FDA warning-letter news can be noisy. Here’s how to keep your timeline clean.

If you’re seeing headlines about ImmunityBio’s Anktiva and an FDA warning letter, the highest‑leverage move is simple: capture what you saw, what changed, and what you want to ask—without trying to diagnose anything from the internet.

Educational only. Jabbit does not provide medical advice. This page does not interpret your treatment or tell you what to take.

What happened (high level)

In March 2026, reporting said the FDA issued a warning letter about consumer‑facing materials related to ImmunityBio’s cancer therapy (Anktiva), alleging the materials were false or misleading.

Why this matters for you: enforcement headlines often trigger the same real‑world problem: you’re left with links, claims, and mixed messages—without a clear record of what you actually saw and when.

What to track when headlines mention “misleading claims”

You don’t need a perfect dossier. You need a tight timeline you can trust.

1) The exact claim that confused you

  • Copy/paste the sentence (or take a screenshot) — don’t paraphrase.
  • Record where it came from (URL, ad, email, social post, brochure).
  • Write what it made you think (one line): “I thought this meant ____.”

2) Your current treatment snapshot (for your own reference)

  • Medication name(s) (exact spelling) + dose as prescribed
  • Start date (and any change dates)
  • Where you receive care (clinic/hospital) + next scheduled visit

3) Your question list (keep it short)

  • “Does this change anything about my plan?”
  • “What should I watch for and what should I ignore?”
  • “Where should I get updates (official sources)?”

A practical 10‑minute workflow (no spiraling)

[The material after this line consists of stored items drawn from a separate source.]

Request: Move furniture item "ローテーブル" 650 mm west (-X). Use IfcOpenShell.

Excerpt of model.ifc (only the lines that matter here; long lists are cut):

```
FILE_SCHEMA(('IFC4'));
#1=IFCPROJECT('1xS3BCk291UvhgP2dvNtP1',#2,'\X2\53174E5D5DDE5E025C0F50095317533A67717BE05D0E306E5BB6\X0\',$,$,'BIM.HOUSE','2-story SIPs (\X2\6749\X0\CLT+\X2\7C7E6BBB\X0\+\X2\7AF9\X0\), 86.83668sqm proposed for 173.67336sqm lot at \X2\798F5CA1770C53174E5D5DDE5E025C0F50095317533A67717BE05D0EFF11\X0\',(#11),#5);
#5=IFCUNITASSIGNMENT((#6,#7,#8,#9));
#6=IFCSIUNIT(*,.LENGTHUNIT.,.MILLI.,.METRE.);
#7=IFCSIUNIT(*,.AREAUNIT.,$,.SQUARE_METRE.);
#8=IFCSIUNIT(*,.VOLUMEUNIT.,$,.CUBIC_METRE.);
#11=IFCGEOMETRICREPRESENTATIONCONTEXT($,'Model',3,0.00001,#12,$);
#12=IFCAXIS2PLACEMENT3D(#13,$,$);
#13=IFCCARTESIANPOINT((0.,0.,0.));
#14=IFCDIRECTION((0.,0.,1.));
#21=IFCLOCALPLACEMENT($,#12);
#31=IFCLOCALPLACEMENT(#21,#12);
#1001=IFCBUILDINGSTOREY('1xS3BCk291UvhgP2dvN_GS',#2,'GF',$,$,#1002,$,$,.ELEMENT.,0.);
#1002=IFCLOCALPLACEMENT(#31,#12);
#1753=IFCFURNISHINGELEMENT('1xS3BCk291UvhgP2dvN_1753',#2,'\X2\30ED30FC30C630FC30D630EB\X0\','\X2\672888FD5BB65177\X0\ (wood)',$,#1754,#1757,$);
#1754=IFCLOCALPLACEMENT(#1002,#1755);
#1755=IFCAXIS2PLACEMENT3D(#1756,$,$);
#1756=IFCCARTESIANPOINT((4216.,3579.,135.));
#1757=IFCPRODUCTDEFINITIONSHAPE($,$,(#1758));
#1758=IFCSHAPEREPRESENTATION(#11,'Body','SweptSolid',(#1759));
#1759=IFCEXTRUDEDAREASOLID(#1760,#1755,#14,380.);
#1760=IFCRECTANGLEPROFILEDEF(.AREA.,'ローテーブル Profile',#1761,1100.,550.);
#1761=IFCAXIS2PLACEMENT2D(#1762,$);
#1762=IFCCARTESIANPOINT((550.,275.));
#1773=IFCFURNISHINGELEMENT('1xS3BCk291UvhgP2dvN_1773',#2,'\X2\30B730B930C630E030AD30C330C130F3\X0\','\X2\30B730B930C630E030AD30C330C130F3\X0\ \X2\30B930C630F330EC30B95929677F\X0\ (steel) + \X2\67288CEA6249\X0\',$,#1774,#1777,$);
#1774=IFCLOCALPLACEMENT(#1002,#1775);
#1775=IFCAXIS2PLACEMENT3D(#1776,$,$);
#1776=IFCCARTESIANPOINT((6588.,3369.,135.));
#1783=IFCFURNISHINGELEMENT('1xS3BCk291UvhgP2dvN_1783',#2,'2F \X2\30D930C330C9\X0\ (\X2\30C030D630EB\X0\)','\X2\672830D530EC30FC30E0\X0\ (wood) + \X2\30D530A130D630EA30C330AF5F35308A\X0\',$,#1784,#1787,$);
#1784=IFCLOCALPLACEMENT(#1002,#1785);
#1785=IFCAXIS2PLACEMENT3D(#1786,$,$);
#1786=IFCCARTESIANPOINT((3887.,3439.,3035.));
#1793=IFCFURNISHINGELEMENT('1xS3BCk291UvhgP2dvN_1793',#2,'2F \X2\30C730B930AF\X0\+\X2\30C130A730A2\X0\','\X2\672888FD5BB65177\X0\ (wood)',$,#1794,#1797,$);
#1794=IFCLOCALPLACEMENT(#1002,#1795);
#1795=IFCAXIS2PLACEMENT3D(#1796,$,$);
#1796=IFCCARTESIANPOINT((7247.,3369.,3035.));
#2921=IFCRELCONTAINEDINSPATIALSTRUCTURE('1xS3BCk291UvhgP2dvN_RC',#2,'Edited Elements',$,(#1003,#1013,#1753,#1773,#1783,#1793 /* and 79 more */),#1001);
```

```python
import ifcopenshell
import ifcopenshell.api.geometry
import ifcopenshell.util.placement
import ifcopenshell.util.unit

model = ifcopenshell.open("model.ifc")
unit_scale = ifcopenshell.util.unit.calculate_unit_scale(model)

item = model.by_guid("1xS3BCk291UvhgP2dvN_1753")
matrix = ifcopenshell.util.placement.get_local_placement(item.ObjectPlacement)
matrix[0, 3] -= 0.65 / unit_scale
ifcopenshell.api.geometry.edit_object_placement(model, product=item, matrix=matrix, is_si=False)

print(ifcopenshell.util.placement.get_local_placement(item.ObjectPlacement).round(3) + 0.0)

model.write("model_v2.ifc")
```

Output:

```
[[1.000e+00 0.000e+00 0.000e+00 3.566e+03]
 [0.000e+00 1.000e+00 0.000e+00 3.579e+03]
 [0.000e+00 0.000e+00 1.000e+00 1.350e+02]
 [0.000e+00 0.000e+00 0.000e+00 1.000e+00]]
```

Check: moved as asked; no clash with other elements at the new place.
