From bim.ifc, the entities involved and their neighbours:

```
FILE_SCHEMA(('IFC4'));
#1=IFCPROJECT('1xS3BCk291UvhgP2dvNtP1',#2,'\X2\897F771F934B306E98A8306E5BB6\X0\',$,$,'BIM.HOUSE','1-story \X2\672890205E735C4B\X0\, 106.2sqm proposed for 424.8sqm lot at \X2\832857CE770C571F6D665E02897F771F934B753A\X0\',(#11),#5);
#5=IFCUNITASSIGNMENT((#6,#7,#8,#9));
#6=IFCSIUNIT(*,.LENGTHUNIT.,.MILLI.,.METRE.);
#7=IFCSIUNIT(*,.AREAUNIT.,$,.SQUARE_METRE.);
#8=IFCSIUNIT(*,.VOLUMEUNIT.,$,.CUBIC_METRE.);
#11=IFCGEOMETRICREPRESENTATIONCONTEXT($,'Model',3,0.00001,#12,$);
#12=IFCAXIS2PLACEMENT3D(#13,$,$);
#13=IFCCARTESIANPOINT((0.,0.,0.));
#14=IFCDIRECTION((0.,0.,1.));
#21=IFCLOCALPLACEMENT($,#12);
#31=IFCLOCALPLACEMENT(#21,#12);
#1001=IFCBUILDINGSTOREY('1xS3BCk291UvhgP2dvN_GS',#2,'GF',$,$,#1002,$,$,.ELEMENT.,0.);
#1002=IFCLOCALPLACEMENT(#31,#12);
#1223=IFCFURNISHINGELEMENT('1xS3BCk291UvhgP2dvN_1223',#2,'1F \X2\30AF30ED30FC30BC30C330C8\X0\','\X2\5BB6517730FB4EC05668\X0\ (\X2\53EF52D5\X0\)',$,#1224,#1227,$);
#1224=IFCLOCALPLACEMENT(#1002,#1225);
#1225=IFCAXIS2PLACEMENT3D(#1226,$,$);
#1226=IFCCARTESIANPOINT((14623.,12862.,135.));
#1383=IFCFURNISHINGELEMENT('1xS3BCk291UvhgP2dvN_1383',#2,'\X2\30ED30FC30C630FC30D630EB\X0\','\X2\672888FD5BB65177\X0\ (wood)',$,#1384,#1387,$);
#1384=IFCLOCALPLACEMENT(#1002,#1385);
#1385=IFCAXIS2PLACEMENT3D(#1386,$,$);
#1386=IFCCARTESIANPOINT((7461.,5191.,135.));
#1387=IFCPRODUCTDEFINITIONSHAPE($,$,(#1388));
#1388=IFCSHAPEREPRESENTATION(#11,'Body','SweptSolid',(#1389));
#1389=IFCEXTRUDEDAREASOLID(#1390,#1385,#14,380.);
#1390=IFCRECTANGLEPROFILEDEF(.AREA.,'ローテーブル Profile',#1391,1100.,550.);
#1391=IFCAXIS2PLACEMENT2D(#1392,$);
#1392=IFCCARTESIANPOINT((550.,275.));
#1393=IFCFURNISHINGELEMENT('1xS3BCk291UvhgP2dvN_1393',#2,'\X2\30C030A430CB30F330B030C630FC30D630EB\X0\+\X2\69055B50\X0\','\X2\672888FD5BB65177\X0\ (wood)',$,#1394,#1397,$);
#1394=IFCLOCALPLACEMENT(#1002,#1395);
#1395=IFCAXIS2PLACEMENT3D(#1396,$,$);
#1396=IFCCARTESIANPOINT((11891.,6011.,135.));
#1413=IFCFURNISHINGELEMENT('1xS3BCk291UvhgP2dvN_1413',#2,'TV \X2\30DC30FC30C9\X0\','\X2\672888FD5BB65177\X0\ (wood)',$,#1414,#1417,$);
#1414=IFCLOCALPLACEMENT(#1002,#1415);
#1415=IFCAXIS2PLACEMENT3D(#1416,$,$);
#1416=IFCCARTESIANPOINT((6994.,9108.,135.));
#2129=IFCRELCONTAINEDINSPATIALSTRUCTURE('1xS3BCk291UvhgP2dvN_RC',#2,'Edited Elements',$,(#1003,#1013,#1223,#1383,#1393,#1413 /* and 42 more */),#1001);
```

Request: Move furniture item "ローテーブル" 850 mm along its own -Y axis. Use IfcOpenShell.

```python
import ifcopenshell
import ifcopenshell.api.geometry
import ifcopenshell.util.placement
import ifcopenshell.util.unit

model = ifcopenshell.open("bim.ifc")
unit_scale = ifcopenshell.util.unit.calculate_unit_scale(model)

item = model.by_guid("1xS3BCk291UvhgP2dvN_1383")
matrix = ifcopenshell.util.placement.get_local_placement(item.ObjectPlacement)
matrix[:3, 3] -= matrix[:3, 1] * 0.85 / unit_scale
ifcopenshell.api.geometry.edit_object_placement(model, product=item, matrix=matrix, is_si=False)

print(ifcopenshell.util.placement.get_local_placement(item.ObjectPlacement).round(3) + 0.0)

model.write("bim-out.ifc")
```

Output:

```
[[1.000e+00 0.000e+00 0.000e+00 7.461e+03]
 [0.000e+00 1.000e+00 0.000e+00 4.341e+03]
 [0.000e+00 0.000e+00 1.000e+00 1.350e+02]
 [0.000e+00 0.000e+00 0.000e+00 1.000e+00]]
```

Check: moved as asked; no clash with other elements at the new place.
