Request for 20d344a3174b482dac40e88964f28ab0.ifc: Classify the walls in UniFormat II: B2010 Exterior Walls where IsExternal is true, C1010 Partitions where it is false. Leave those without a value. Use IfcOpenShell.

First a look at what the model holds.

```python
import ifcopenshell
import ifcopenshell.util.element

model = ifcopenshell.open("20d344a3174b482dac40e88964f28ab0.ifc")
print(model.schema)
print("classifications:", [c.Name for c in model.by_type("IfcClassification")])
values = [ifcopenshell.util.element.get_pset(e, "Pset_WallCommon", "IsExternal") for e in model.by_type("IfcWall")]
for value in (True, False, None):
    print("IsExternal", value, values.count(value))
```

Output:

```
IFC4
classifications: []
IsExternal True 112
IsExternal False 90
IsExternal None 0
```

```python
import ifcopenshell
import ifcopenshell.api.classification
import ifcopenshell.util.element

model = ifcopenshell.open("20d344a3174b482dac40e88964f28ab0.ifc")

system = ifcopenshell.api.classification.add_classification(model, classification="UniFormat II")

walls = model.by_type("IfcWall")
external = {e: ifcopenshell.util.element.get_pset(e, "Pset_WallCommon", "IsExternal") for e in walls}
for flag, code, name in ((True, "B2010", "Exterior Walls"), (False, "C1010", "Partitions")):
    products = [e for e in walls if external[e] is flag]
    ifcopenshell.api.classification.add_reference(
        model, products=products, classification=system, identification=code, name=name
    )
    print(code, len(products))

model.write("20d344a3174b482dac40e88964f28ab0-out.ifc")
```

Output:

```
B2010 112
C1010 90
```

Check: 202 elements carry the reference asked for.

  1. Save 1–3 links/screenshots that are driving your worry.
  2. Write a 3‑line timeline: start date, last change date, next appointment date.
  3. Write 3 questions. Stop there.
  4. Bring it to your next appointment (or keep it ready for a message).

Download Jabbit

Jabbit is a private log + reminders app that syncs via your iCloud (no account required).

FAQ

Is this page medical or legal advice?
No. It’s educational and organizational.
Does an FDA warning letter mean a treatment is “unsafe”?
Not necessarily. Warning letters can focus on marketing claims, labeling, or other issues. This page does not interpret the letter—use it to keep your questions and sources organized.
What’s the fastest way to reduce confusion?
Keep one trusted timeline: what you saw (exact claim + date), what you’re taking (name + dose as prescribed), and what you want to ask next.